Lázaro Cárdenas, 26 de marzo de 2026.- Un estudiante de 15 años asesinó a balazos a dos profesoras la mañana del martes 24 de marzo dentro de la preparatoria Antón Makárenko, ubicada en el centro de esta ciudad portuaria. El adolescente, identificado por la Fiscalía General del Estado como Osmar “N”, ingresó al plantel privado armado con un rifle de asalto AR-15 calibre 5.56 y disparó contra Tatiana Madrigal Bedolla, de 37 años, y Mariana del Rosario Sagrero, de 36, quienes fallecieron en el lugar.

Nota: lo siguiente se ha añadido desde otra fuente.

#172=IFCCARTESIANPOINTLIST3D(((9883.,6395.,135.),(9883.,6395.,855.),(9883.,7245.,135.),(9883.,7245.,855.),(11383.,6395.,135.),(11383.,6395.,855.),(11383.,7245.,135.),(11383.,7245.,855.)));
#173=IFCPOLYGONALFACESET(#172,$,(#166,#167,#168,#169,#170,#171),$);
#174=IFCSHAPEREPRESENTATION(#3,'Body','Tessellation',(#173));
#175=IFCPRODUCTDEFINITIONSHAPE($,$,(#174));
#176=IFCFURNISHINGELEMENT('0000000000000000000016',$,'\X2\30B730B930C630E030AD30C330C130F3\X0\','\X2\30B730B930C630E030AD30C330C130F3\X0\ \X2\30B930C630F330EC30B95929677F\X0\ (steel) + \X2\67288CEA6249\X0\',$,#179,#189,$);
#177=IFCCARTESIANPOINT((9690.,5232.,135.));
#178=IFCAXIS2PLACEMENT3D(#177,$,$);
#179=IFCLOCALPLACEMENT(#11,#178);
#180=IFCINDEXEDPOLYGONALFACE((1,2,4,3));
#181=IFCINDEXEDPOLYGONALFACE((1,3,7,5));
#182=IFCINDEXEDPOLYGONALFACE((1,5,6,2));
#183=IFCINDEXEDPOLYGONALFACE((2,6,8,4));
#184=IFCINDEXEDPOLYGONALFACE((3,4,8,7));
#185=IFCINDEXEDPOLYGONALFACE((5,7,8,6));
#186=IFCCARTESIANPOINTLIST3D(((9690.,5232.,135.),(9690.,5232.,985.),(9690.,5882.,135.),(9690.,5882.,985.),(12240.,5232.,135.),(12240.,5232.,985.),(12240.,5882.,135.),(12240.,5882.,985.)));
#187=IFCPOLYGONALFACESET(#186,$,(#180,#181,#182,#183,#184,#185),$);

De acuerdo con las autoridades estatales, el joven ocultó el arma, valorada en aproximadamente 17,000 pesos, dentro de un estuche para guitarra. Testigos señalaron que antes de entrar a la escuela compró cigarrillos en una tienda adyacente. Una vez en el interior, el agresor atacó primero a la docente que se encontraba en la recepción y posteriormente avanzó hacia la coordinadora académica, quien estaba detrás de un mostrador. Estudiantes y un empleado lograron someter al atacante y lo ataron con una cuerda hasta la llegada de la policía municipal.

El fiscal de Michoacán, Carlos Torres Piña, confirmó que se trata de un ataque directo y precisó que las investigaciones incluyen el análisis de videos de seguridad y publicaciones en redes sociales realizadas por el menor horas antes del crimen. En dichas plataformas, el estudiante difundió un video posando con el mismo fusil y la vestimenta que utilizó durante la agresión. Además, en su perfil de Instagram aparecía contenido asociado a la comunidad “incel” (célibes involuntarios), grupo conocido por discursos misóginos y antifeministas.

La detención del menor ha detonado un debate nacional respecto a las implicaciones legales del caso. Bajo la Ley de Justicia para Adolescentes vigente en México, la sanción máxima aplicable para un imputado de 14 a 15 años es de tres años de internamiento en tratamiento especializado, una pena significativamente menor a los hasta 50 años de prisión que podrían enfrentar adultos por delitos de feminicidio u homicidio calificado.

Ante la gravedad de los hechos, la Secretaría de Educación Pública estatal suspendió las actividades en el plantel y activó protocolos de atención a la comunidad educativa. Mientras la investigación ministerial avanza para determinar el origen del arma y los motivos exactos del ataque, familiares de las víctimas exigen justicia, en un contexto donde la sociedad cuestiona si la legislación actual es suficiente para responder a crímenes de esta magnitud cometidos por menores de edad.